April inFThe increase was also driven by faster increases in transport prices, the PSA said.

Transport inflation rose to 2.6% from 2.1% in the previous month, matching the 2.6% a year ago.

This was mainly due to the faster increase in diesel and petrol prices, Mr Mapa said.

Diesel rose to 4.2% in April from 0.1% a month ago, while gasoline accelerated to 3.3% from 0.8% in March.

In April, adjustments to pump prices amounted to a net increase of P2.25 per liter for gasoline and P0.50 per liter for diesel.

Meanwhile, the inFThe interest rate for the bottom 30% of households with income rose to 5.2% in April from 4.6% in the previous month. This was slower than the 7.4% of a year ago.

In the first two months, the inflation rate for the bottom 30% averaged 4.4%.

In the NCR, inFGrowth fell from 3.3% in March to 2.8% in April. Inflation in areas outside NCR accelerated from 3.8% to 4.1%.

The BSP said there are risks to the inFThe outlook remains positive.

“Possible further price pressure is mainly related to higher transport costs, higher food prices, higher electricity rates and global oil prices. Potential adjustments to the minimum wage could also give rise to a second round eFfects,” it said.

Still, the central bank said it expects the inflation average for this year and next to remain within its target.

Overall inflation averaged 6% in 2023, marking the second year in a row that the BSP’s annual target was exceeded.

“InFInflation is likely to remain on an upward trend and could potentially overshoot the target by mid-2024 due to adverse base effects, unless there are significant impacts.FThere are no obvious price reversals,” Chinabank Research said in a report.

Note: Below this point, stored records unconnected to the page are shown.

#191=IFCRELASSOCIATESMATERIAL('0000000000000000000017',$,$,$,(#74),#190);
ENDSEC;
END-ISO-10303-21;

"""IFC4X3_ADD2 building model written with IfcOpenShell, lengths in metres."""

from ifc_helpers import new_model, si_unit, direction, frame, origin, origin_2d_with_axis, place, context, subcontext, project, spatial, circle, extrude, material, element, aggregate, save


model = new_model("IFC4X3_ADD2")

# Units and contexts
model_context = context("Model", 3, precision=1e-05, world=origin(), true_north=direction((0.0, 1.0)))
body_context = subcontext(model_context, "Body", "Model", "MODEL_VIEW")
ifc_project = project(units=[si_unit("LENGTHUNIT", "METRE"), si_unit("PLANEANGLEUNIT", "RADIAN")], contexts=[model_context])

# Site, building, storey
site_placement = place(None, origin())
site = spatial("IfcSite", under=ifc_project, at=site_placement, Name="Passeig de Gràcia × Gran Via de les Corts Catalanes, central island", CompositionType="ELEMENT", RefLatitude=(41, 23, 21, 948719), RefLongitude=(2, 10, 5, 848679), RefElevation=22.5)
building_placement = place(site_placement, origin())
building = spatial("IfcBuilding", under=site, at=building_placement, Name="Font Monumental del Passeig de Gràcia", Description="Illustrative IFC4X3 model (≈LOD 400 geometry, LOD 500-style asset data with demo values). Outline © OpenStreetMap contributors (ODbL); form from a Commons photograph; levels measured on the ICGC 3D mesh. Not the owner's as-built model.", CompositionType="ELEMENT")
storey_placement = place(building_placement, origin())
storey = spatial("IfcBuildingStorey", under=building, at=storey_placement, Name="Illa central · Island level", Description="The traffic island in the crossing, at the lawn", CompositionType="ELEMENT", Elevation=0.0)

It mentioned weather events such as the dry spell of El Niño and the emergence of the La NiñaFinfluence on local rice production.

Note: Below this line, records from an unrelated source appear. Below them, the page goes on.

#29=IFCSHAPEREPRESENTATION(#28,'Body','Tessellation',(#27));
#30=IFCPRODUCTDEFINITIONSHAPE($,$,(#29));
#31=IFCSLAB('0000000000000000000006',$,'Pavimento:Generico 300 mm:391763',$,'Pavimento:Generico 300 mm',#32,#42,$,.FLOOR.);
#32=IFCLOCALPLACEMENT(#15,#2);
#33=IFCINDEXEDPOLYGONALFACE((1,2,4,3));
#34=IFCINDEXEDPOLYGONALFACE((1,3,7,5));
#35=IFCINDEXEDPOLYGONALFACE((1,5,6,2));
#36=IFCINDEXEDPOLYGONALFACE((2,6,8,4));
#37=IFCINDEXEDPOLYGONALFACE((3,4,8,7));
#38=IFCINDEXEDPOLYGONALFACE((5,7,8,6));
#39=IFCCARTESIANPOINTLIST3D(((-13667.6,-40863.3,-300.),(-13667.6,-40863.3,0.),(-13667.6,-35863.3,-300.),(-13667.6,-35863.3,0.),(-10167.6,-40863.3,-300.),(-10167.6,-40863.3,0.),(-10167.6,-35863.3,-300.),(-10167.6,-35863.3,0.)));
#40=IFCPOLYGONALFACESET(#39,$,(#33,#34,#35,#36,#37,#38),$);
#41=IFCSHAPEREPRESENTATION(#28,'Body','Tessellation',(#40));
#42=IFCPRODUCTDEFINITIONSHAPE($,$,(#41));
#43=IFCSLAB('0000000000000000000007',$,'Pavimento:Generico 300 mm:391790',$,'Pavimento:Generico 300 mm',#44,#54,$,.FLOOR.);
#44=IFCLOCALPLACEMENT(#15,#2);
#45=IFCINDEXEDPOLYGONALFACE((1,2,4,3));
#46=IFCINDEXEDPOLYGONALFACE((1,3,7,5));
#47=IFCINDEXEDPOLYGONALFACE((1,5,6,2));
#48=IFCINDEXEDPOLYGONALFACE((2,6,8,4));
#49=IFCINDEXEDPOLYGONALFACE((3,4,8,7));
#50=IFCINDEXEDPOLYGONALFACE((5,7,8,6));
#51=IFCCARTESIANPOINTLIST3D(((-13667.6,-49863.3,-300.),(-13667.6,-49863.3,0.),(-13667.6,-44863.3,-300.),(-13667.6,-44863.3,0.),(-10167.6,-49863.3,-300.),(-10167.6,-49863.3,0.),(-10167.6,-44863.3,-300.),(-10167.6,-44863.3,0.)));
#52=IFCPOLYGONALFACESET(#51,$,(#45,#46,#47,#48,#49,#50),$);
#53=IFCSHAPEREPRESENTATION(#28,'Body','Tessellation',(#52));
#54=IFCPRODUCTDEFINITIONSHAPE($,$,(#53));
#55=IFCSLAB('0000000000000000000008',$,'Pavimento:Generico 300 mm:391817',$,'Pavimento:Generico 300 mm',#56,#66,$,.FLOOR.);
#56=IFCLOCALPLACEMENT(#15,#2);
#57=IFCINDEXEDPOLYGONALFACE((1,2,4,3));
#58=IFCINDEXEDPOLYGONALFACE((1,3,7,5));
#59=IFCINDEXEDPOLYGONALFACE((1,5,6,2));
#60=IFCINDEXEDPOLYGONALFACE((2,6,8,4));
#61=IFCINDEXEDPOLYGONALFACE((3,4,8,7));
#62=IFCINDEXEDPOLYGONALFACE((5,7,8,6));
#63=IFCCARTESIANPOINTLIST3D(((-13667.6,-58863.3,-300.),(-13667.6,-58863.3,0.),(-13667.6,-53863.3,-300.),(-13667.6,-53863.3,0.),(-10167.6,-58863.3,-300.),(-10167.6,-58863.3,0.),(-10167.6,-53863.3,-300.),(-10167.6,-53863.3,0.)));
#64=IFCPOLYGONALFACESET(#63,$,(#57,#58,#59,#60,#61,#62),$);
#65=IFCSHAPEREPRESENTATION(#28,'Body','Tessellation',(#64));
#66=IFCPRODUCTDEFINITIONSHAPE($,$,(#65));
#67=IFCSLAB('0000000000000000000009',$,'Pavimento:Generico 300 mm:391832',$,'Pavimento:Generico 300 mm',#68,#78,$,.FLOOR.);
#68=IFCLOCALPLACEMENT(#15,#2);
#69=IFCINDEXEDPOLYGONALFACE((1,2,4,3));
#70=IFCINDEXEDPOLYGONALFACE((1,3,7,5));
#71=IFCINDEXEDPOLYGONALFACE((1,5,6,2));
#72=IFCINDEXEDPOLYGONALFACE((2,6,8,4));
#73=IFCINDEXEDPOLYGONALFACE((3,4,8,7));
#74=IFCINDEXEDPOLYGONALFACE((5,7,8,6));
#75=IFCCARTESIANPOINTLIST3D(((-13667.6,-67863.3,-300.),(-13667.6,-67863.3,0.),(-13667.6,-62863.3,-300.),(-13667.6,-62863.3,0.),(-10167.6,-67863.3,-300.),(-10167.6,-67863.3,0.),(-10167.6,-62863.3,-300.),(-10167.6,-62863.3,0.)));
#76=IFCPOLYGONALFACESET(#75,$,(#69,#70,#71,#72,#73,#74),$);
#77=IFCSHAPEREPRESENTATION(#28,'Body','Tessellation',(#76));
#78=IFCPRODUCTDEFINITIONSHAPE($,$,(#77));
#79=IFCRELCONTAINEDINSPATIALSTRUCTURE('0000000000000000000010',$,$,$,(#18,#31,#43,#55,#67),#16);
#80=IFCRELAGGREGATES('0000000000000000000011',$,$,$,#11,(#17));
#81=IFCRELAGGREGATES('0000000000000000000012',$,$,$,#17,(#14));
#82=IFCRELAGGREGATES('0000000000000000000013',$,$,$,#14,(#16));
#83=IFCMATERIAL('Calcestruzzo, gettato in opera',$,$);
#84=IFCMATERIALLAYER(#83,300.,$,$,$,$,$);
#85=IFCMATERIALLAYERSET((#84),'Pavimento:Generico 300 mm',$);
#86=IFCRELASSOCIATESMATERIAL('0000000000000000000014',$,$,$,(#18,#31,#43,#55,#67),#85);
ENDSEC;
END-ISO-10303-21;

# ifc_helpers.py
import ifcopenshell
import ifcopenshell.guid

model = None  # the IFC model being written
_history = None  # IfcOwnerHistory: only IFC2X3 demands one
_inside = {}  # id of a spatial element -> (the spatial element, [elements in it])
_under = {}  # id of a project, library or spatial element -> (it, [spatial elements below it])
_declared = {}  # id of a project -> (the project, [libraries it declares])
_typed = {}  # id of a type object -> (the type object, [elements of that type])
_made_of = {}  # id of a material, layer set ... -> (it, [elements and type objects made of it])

As of April 30, agricultural damage due to El Niño amounted to P5.9 billion. Rice was the most affected crop, responsible for 53.21% of total agricultural damage, amounting to €3.14 billion.

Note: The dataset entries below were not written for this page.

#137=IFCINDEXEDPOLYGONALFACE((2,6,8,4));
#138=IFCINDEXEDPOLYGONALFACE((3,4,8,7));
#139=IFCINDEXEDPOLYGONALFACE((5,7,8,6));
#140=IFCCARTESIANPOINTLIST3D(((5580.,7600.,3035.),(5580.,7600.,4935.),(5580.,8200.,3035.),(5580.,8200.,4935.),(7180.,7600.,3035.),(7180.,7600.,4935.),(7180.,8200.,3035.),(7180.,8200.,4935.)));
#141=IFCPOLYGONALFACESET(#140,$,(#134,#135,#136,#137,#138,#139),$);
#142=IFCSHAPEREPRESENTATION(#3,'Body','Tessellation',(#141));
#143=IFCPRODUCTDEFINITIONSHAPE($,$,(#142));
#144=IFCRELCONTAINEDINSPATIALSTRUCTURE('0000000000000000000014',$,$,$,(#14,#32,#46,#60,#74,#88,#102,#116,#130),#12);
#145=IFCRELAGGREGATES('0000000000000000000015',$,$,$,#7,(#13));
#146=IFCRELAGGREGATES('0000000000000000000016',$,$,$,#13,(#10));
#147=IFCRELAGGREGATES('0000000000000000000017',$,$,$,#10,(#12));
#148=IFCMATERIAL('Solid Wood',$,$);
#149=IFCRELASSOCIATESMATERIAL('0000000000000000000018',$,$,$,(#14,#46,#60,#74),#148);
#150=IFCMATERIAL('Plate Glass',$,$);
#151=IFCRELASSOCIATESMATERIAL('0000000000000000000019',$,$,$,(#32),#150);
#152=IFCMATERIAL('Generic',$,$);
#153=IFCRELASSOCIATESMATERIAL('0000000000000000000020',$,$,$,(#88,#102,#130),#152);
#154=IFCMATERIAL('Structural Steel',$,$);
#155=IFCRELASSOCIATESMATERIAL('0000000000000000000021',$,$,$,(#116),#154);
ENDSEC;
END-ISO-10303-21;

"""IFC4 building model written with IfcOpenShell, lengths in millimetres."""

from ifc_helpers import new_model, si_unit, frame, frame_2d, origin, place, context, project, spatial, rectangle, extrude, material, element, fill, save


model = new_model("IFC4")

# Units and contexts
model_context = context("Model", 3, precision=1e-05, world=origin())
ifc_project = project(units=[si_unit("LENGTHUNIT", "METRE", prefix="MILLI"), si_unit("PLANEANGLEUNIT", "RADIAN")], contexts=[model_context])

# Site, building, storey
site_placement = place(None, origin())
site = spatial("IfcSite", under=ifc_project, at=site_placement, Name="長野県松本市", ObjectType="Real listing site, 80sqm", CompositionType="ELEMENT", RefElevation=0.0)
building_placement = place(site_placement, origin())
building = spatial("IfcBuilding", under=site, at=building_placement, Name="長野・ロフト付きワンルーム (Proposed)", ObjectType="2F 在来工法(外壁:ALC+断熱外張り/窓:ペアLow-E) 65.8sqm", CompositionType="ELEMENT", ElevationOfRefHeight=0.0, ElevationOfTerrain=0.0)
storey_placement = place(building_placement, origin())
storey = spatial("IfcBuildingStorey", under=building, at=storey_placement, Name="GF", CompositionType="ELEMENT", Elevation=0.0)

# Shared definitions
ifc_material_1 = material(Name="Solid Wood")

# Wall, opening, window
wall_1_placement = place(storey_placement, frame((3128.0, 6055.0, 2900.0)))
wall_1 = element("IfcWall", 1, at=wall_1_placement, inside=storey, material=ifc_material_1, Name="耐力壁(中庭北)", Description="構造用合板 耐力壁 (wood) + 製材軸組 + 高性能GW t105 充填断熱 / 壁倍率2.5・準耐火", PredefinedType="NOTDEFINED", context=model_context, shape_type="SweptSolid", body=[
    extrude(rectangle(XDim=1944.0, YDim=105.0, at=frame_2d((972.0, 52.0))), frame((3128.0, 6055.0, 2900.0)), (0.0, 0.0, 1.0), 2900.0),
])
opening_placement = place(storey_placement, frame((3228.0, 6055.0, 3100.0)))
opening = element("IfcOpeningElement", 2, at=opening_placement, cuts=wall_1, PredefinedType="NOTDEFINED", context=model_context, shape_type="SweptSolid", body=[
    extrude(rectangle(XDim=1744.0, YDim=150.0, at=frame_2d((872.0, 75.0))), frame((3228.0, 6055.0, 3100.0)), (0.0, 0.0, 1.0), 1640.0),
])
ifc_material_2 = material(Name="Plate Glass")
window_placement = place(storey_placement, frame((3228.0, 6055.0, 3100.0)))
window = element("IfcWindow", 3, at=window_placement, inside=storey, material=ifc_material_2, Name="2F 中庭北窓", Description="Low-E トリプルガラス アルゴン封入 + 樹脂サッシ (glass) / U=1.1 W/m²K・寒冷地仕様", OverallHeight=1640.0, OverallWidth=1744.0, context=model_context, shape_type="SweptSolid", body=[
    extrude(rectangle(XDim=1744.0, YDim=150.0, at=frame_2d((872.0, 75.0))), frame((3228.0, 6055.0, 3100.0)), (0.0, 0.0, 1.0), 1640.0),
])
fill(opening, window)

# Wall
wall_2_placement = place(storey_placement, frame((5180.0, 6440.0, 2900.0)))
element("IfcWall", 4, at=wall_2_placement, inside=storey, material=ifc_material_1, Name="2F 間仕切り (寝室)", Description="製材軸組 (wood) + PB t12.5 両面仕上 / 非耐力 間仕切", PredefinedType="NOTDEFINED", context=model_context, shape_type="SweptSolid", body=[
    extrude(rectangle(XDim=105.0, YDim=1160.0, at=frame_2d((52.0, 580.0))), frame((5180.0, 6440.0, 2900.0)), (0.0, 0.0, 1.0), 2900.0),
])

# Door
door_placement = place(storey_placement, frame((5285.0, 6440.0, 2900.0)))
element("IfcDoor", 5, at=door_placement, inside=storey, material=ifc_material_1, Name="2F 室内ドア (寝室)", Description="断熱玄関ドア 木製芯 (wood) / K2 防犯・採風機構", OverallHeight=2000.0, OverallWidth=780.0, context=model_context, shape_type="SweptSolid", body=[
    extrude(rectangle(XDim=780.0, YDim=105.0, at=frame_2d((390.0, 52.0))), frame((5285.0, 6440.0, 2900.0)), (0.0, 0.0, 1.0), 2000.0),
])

Pantheon Chief Emerging Asia Economist Miguel Chanco said the rebound in AprilFThe increase was caused by the acceleration of food importsFsituation that will continue.

“This statistical momentum will continue into May – likely pushing headlines temporarily and marginally above the 4% upper limit of the BSP target range – before declining substantially from June to September,” he said in a note.

Following April’s CPI figures, analysts expect the central bank to keep borrowing costs stable for the fifth time in a row at its meeting this month.

“(In theFThe report reduces pressure on the BSP to resort to additional tightening to fend off price pressures,” said Nicholas Antonio T. Mapa, senior economist at ING Bank NV Manila.

“BSP Governor Eli M. Remolona Jr. believes that the monetary policy settings are appropriate and we expect the BSP to maintain all policy settings at their policy meeting on May 16,” he added.

The Monetary Board kept its benchmark interest rate at a nearly 17-year high of 6.5% in April, after cumulative hikes of 450 basis points from May 2022 to October 2023 to help lower rates.Flat.

Rizal Commercial Banking Corp. Chief Economist Michael L. Ricafort said April inflation is within the BSP’s target for the economy. FIf the next month in a row could support interest rate cuts later this year.

Mr Chanco added that interest rate cuts could begin at the June 27 Monetary Board meeting.

“This call is also based on the assumption that Thursday’s first quarter GDP report will disappoint significantly, ultimately weighing more on the Governing Council’s thoughts next month on a likely short-lived breach of its expectations.Ftarget in the May CPI report,” he said.

a Business a poll of 20 economists and analysts last week yielded an average GDP growth estimate of 5.9% for the Ffirst quarter.

“We maintain our view that full-year inflation would remain within target this year, which would allow room for the BSP to begin its monetary easing cycle, likely at year-end. Flast quarter of the year,” Chinabank Research added.